Jetzt möchte ich diese Funktion in mein Applet einbinden.
Rufe ich dazu diese Klasse (mysql.class) auf und übergebe die Daten, 
oder baue ich die Anweisungen in mein Applet mit ein?

wenn ich die Klasse ausrufen soll, direkt die Frage, wie ich das am besten mache.

dank im voraus


----------



## bambi (20. Feb 2005)

Ich denke, dass es sicher immer (ja, ja, ja es gibt auch Ausnahmen  8) )
besser ist, wenn man alles etwas trennt.

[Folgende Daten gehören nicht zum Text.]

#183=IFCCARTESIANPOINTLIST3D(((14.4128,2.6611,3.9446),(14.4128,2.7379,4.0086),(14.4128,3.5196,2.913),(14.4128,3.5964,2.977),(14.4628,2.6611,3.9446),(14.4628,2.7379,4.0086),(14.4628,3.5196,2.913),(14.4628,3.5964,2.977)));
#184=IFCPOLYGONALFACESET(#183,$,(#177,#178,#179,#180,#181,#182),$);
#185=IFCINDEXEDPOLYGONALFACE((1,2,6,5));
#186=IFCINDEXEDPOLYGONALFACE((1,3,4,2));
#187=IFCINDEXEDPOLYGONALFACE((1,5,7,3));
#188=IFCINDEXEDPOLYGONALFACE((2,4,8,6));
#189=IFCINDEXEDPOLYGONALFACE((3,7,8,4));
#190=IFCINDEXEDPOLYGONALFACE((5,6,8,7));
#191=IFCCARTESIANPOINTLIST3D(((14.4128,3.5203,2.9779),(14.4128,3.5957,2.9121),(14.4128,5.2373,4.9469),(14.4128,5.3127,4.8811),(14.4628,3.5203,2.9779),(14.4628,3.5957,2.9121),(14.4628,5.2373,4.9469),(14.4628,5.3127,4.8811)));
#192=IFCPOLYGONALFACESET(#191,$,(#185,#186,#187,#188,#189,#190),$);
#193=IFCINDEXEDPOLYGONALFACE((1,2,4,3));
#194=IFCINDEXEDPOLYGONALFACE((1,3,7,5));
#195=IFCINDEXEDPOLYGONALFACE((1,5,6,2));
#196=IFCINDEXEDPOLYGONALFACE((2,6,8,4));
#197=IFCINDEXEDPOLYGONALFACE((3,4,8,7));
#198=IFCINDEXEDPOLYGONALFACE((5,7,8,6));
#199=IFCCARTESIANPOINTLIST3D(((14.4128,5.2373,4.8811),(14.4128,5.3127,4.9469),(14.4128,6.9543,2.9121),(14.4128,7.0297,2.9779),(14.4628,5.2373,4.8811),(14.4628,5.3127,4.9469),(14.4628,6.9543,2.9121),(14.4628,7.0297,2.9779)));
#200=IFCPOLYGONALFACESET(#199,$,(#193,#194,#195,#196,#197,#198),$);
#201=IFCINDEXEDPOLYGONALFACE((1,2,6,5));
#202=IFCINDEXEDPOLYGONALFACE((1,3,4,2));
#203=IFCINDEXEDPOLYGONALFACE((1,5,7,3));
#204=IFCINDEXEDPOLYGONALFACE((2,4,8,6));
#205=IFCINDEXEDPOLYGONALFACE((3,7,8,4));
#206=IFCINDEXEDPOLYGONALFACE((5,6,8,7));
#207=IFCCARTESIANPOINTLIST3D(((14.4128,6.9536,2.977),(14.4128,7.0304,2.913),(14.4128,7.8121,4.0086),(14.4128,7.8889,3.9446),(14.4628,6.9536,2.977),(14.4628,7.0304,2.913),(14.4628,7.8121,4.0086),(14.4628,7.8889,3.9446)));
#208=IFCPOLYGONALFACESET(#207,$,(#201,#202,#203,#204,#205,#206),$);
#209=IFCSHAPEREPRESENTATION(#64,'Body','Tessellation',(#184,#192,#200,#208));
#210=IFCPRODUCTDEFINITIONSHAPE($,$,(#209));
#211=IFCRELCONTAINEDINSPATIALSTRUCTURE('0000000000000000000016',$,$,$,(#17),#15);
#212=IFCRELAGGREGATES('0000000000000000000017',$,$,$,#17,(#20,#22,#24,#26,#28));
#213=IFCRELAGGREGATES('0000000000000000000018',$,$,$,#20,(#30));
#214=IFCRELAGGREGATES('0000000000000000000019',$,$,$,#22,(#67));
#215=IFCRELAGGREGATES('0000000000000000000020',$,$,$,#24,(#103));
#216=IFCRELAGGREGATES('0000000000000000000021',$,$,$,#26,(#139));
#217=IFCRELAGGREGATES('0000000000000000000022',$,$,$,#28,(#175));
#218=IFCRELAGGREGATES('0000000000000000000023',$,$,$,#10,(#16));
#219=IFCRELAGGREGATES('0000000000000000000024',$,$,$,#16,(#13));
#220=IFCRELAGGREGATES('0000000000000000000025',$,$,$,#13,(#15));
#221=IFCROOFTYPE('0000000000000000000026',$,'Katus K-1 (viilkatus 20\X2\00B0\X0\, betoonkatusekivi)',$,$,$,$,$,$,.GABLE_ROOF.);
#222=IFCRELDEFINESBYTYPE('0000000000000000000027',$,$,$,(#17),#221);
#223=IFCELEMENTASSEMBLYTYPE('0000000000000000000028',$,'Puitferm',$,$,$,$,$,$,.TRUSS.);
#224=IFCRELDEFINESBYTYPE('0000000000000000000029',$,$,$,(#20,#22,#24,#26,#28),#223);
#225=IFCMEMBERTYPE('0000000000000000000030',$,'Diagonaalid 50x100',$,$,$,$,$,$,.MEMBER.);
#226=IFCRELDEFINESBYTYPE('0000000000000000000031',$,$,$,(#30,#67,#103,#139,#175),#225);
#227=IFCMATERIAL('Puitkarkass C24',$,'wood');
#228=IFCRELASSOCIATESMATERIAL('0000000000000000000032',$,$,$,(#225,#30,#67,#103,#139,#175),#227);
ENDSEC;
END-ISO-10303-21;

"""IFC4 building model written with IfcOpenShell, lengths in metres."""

Dann werden die Klassen nicht so
gross und man weiss, wo man suchen muss...

Was meinst Du mit


> wenn ich die Klasse ausrufen soll, direkt die Frage, wie ich das am
> besten mache.


???

Eine Instanz Deiner Klasse erzeugen und die Parameter uebergeben,
oder wie jetzt?


----------



## stetabar (20. Feb 2005)

ja genau,
also für mich stellt das ein problem mit der datenübergabe dar...
es sind ca. 10 variablen, die ich an das applet zurückgeben muss.
oder muss ich mir da n array bauen?
und zum 2ten
das mit dem aufruf funktioniert nich so ganz wie ich möchte...
muss ich ne bestimmte methode der classe aufrufen oder kann 
ich auch die ganze klasse durchlaufen lassen???


----------